I'm guessing the lower half won't be able to afford any at all, they're lucky
to eat and drink clean water and maybe have sanitation facilities sometimes,
which boosts the sales load to maybe twenty for every upper middle class
American, per year. However by a pigeon-hole principle its going to be
difficult to wear more than one pair of shoes at a time, and my generation
hasn't worn a wristwatch since the 90s, and probably isn't going to start
again any time soon.

Its interesting tech, but exponential charts going into the indefinite future
make it look more anti-propaganda by an opponent more than someone into it.
For example if the smartphone growth curve of 2007 continued into today, I'd
have to carry 850 cellphones in my pockets this year, and 2025 phones in my
pocket next year, or whatever. Things that can't continue forever tend to stop
after awhile.

As an early adopter type guy I find my fitbit to be completely useless, no
actionable items or decision making is actually done (as opposed to "people
should" type of talk). On the other hand, the scale I bought from the same
place gets used every day and its nice and slow and clunky at taking
measurements (intentionally?) so consciously or not it provides some
actionable data / motivation. Although it varies in the short term by 2 to 3
pounds, I've lost about a pound per week since buying the scale over a long
term because I don't like seeing the numbers go up consistently.

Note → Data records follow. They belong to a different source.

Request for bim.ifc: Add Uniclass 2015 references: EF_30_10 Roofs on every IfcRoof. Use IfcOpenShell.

First a look at what the model holds.

```python
import ifcopenshell

model = ifcopenshell.open("bim.ifc")
print(model.schema)
print("classifications:", [c.Name for c in model.by_type("IfcClassification")])
for ifc_class in ("IfcDoor", "IfcRoof", "IfcStair", "IfcWall", "IfcWindow"):
    print(ifc_class, len(model.by_type(ifc_class)))
```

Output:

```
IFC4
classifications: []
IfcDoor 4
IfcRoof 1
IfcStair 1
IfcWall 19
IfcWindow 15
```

```python
import ifcopenshell
import ifcopenshell.api.classification

model = ifcopenshell.open("bim.ifc")

system = ifcopenshell.api.classification.add_classification(model, classification="Uniclass 2015")

codes = {
    "IfcRoof": ("EF_30_10", "Roofs"),
}
for ifc_class, (code, name) in codes.items():
    products = model.by_type(ifc_class)
    ifcopenshell.api.classification.add_reference(
        model, products=products, classification=system, identification=code, name=name
    )
    print(code, len(products))

model.write("bim-out.ifc")
```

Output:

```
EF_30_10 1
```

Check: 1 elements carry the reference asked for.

The problem with "smart underwear" or whatever wearable product is not so much
to convince people that "people should care" in an abstract sense but get them
as individuals to actually do something. In that way its an aspirational good
like paper encyclopedias used to be, which were mostly sold to illiterate
people who never read them. "People should care" about how many steps they
take in a day. I'm a serious hiker/walker type and even for me my fitbit is
much more a discipline tracker of how often I forget to wear it than anything
else. The proper market to compare them to is the paper encyclopedia market,
not the cellphone or social media market.

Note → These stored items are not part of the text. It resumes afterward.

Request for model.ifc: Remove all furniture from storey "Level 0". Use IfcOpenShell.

First a look at what the model holds.

```python
import ifcopenshell
import ifcopenshell.util.element

model = ifcopenshell.open("model.ifc")
print(model.schema)
storey = next(s for s in model.by_type("IfcBuildingStorey") if s.Name == "Level 0")
furniture = [e for e in ifcopenshell.util.element.get_decomposition(storey) if e.is_a("IfcFurnishingElement")]
seen = {}
for e in furniture:
    element_type = ifcopenshell.util.element.get_type(e)
    name = element_type.Name if element_type not in (None, e) else None
    seen[name] = seen.get(name, 0) + 1
for name, count in sorted(seen.items(), key=str):
    print(count, "x", name)
```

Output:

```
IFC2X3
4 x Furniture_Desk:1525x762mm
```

```python
import ifcopenshell
import ifcopenshell.api.root
import ifcopenshell.util.element

model = ifcopenshell.open("model.ifc")

storey = next(s for s in model.by_type("IfcBuildingStorey") if s.Name == "Level 0")
furniture = [e for e in ifcopenshell.util.element.get_decomposition(storey) if e.is_a("IfcFurnishingElement")]

for e in furniture:
    ifcopenshell.api.root.remove_product(model, product=e)
print(len(furniture), "removed")

model.write("model-out.ifc")
```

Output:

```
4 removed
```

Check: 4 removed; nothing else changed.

The other problem in the field is product fluff. Yes a magic star trek
tricoder that sends my real time EKG to a doctor would be really cool, but all
the industry is going to provide is a sorta inaccurate pedometer and you'll
like it. Or more likely, not, and when the buzz dies down and the industry
segment shuts down you won't even get that anymore, which is too bad.

The main thing my fitbit does is get triggered into sleep mode in my pocket,
which annoys me. On the other hand taking it out of sleep mode is often my
only interaction with it.

------
dbyrd
nice! i didn't know about half of these.